[WHAT YOU NEED TO DO]: When you reach the line containing "#117=IFCSHAPEREPRESENTATION(#36,'Body','Tessellation',(#116));" in the entries below, start writing out each line exactly, and stop after the line containing "#136=IFCINDEXEDPOLYGONALFACE((2,6,8,4));".
------ DATA PROVIDED
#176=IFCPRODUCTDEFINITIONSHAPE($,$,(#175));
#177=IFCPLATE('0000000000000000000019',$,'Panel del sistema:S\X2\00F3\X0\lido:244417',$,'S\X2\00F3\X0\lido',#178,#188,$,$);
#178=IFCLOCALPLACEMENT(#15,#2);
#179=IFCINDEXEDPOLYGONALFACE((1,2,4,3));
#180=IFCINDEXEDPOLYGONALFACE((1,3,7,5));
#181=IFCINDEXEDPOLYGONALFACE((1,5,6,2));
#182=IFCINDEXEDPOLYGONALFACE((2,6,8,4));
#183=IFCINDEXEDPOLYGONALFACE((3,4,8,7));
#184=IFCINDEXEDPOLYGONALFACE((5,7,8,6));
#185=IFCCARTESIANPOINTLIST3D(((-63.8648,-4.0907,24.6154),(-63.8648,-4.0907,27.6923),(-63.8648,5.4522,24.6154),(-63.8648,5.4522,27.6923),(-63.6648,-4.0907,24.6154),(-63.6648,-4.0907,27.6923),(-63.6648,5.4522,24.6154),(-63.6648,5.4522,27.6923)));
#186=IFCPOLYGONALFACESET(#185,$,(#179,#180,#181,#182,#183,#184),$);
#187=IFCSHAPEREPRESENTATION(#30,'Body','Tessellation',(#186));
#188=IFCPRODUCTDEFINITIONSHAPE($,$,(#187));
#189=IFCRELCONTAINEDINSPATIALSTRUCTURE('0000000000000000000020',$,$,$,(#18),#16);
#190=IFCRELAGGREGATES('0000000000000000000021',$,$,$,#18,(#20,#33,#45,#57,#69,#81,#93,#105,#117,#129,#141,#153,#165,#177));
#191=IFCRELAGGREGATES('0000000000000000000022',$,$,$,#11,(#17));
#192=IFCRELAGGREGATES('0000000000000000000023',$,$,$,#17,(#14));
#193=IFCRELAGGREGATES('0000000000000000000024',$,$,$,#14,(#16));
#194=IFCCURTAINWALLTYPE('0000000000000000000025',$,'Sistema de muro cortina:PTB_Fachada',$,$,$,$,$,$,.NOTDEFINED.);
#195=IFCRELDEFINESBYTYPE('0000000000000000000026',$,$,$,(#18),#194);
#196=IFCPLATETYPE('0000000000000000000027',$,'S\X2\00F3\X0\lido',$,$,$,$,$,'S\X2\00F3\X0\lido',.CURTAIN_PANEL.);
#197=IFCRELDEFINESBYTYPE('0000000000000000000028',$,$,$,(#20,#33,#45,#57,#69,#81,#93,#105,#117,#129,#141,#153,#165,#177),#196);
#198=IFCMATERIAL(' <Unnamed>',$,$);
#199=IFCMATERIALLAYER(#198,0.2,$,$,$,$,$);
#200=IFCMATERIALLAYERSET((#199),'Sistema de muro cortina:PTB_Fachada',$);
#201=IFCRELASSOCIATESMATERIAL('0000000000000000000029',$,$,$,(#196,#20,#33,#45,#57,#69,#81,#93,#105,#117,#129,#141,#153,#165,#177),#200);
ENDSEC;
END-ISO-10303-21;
------------
------ DATA PROVIDED
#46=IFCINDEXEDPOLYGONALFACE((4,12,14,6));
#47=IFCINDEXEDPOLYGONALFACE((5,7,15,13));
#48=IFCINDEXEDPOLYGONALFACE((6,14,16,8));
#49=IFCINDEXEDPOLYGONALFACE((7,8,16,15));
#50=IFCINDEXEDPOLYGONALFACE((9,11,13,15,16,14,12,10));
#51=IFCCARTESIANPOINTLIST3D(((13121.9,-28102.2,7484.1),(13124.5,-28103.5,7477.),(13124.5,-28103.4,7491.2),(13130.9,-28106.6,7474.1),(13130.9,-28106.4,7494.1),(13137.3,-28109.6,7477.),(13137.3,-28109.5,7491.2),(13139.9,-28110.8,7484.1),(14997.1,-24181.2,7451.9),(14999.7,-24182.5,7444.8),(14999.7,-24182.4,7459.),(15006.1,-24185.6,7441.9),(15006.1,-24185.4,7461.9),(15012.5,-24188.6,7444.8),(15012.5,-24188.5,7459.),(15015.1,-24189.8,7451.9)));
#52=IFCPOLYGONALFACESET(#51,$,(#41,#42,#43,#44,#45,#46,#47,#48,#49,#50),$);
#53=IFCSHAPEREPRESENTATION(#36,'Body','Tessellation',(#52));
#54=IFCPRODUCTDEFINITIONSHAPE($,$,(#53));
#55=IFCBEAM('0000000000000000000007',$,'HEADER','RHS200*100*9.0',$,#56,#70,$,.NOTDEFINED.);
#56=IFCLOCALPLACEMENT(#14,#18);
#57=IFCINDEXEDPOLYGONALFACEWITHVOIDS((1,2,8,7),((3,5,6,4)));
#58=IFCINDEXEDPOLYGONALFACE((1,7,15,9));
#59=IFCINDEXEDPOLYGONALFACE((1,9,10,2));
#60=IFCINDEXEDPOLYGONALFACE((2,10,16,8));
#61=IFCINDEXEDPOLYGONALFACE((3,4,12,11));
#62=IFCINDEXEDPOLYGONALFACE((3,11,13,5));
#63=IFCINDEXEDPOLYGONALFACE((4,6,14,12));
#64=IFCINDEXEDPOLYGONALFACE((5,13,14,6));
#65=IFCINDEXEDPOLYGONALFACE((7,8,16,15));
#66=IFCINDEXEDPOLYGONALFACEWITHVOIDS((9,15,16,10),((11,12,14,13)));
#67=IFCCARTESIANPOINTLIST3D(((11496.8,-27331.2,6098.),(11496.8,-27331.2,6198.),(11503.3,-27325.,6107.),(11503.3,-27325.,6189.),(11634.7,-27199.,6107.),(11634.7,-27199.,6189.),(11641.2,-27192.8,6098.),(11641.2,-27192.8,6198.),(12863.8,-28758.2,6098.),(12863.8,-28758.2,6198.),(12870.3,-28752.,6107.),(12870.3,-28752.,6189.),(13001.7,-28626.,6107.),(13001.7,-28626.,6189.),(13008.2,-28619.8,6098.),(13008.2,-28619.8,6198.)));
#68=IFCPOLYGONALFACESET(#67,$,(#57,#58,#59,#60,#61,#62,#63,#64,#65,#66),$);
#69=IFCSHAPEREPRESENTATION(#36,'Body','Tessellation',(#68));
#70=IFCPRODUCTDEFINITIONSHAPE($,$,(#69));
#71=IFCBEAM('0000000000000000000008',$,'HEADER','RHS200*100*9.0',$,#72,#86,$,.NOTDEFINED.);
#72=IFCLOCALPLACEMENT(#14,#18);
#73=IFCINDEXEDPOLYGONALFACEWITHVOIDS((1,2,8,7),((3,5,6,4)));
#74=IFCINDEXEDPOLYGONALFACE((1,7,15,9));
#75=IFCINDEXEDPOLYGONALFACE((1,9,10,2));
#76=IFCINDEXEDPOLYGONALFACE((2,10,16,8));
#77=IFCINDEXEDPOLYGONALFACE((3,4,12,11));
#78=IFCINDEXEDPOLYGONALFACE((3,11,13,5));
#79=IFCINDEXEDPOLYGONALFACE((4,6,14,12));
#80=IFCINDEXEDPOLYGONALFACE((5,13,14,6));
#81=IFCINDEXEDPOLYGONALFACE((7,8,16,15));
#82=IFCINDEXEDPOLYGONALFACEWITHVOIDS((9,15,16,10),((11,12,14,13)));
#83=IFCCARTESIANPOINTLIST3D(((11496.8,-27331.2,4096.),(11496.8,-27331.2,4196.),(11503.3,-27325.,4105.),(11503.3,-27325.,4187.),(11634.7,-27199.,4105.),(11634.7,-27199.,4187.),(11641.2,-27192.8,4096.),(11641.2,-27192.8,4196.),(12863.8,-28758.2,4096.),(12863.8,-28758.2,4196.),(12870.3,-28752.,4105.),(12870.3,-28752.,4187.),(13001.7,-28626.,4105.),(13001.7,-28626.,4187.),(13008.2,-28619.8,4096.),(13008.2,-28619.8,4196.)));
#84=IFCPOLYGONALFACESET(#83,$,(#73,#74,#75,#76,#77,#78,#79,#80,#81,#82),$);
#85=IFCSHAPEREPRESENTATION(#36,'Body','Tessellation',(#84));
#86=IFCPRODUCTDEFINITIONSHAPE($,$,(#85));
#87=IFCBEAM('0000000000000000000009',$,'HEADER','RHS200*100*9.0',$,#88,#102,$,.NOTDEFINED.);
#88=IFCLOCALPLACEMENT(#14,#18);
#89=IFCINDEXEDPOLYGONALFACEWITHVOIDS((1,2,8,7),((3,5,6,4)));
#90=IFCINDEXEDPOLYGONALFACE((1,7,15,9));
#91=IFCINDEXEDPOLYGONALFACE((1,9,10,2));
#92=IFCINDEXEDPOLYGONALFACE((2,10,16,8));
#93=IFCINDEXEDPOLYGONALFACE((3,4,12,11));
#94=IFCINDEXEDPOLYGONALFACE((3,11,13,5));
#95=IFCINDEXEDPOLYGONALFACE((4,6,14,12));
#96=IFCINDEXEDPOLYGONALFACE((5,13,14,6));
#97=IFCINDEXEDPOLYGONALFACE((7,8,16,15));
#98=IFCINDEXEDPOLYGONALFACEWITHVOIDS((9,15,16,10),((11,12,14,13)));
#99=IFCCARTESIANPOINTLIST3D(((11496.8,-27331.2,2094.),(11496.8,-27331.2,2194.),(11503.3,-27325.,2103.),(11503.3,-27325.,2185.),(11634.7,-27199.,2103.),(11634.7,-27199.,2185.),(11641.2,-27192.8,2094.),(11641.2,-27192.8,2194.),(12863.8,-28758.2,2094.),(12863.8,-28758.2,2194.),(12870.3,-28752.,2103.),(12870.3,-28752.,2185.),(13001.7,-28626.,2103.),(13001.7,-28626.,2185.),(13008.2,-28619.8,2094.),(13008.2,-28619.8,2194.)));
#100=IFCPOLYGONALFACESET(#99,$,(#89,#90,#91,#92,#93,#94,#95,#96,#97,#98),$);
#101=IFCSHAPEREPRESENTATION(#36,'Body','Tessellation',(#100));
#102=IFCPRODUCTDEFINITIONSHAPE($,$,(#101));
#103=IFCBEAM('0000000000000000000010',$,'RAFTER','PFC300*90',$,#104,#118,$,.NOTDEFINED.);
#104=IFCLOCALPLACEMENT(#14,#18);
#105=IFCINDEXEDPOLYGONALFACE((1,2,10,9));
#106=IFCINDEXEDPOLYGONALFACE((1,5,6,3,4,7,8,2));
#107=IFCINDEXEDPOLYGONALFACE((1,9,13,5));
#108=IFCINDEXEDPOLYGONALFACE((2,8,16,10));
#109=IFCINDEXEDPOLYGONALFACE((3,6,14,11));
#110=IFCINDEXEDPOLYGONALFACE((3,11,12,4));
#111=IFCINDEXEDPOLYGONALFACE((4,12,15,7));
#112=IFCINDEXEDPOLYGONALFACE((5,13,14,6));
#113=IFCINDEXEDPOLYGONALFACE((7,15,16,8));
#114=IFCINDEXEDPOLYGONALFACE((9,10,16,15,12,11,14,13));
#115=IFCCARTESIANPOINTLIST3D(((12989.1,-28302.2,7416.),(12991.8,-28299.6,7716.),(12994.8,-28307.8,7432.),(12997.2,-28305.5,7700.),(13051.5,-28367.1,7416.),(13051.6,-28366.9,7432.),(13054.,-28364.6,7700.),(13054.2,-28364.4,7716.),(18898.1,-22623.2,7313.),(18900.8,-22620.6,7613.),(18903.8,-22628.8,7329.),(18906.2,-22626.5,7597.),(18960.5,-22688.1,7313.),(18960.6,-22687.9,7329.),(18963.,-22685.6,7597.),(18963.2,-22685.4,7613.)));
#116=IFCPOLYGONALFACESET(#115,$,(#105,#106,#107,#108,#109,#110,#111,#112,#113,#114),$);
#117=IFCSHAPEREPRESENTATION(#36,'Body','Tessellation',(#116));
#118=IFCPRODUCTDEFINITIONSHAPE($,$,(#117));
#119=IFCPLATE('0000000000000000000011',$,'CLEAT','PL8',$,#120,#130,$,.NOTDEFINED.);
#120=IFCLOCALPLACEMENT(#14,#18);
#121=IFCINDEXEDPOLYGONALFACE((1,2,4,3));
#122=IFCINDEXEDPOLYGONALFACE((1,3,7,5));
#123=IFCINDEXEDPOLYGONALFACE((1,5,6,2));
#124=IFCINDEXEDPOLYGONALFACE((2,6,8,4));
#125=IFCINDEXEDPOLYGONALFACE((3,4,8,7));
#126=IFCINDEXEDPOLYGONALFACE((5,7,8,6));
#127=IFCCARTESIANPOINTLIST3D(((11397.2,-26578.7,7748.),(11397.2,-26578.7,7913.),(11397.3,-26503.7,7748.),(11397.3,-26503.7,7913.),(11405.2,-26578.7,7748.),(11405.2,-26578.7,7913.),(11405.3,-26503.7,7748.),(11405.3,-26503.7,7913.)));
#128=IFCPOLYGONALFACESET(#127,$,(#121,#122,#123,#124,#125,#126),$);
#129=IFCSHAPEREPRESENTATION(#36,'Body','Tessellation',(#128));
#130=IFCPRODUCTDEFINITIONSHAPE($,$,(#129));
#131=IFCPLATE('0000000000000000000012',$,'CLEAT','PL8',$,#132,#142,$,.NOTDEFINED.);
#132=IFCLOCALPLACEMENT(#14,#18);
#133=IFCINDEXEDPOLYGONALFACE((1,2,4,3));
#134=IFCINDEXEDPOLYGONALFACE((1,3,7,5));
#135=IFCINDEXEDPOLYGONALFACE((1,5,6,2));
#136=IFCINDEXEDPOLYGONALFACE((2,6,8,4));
------------
[EXERCISE RESULT]:
#117=IFCSHAPEREPRESENTATION(#36,'Body','Tessellation',(#116));
#118=IFCPRODUCTDEFINITIONSHAPE($,$,(#117));
#119=IFCPLATE('0000000000000000000011',$,'CLEAT','PL8',$,#120,#130,$,.NOTDEFINED.);
#120=IFCLOCALPLACEMENT(#14,#18);
#121=IFCINDEXEDPOLYGONALFACE((1,2,4,3));
#122=IFCINDEXEDPOLYGONALFACE((1,3,7,5));
#123=IFCINDEXEDPOLYGONALFACE((1,5,6,2));
#124=IFCINDEXEDPOLYGONALFACE((2,6,8,4));
#125=IFCINDEXEDPOLYGONALFACE((3,4,8,7));
#126=IFCINDEXEDPOLYGONALFACE((5,7,8,6));
#127=IFCCARTESIANPOINTLIST3D(((11397.2,-26578.7,7748.),(11397.2,-26578.7,7913.),(11397.3,-26503.7,7748.),(11397.3,-26503.7,7913.),(11405.2,-26578.7,7748.),(11405.2,-26578.7,7913.),(11405.3,-26503.7,7748.),(11405.3,-26503.7,7913.)));
#128=IFCPOLYGONALFACESET(#127,$,(#121,#122,#123,#124,#125,#126),$);
#129=IFCSHAPEREPRESENTATION(#36,'Body','Tessellation',(#128));
#130=IFCPRODUCTDEFINITIONSHAPE($,$,(#129));
#131=IFCPLATE('0000000000000000000012',$,'CLEAT','PL8',$,#132,#142,$,.NOTDEFINED.);
#132=IFCLOCALPLACEMENT(#14,#18);
#133=IFCINDEXEDPOLYGONALFACE((1,2,4,3));
#134=IFCINDEXEDPOLYGONALFACE((1,3,7,5));
#135=IFCINDEXEDPOLYGONALFACE((1,5,6,2));
#136=IFCINDEXEDPOLYGONALFACE((2,6,8,4));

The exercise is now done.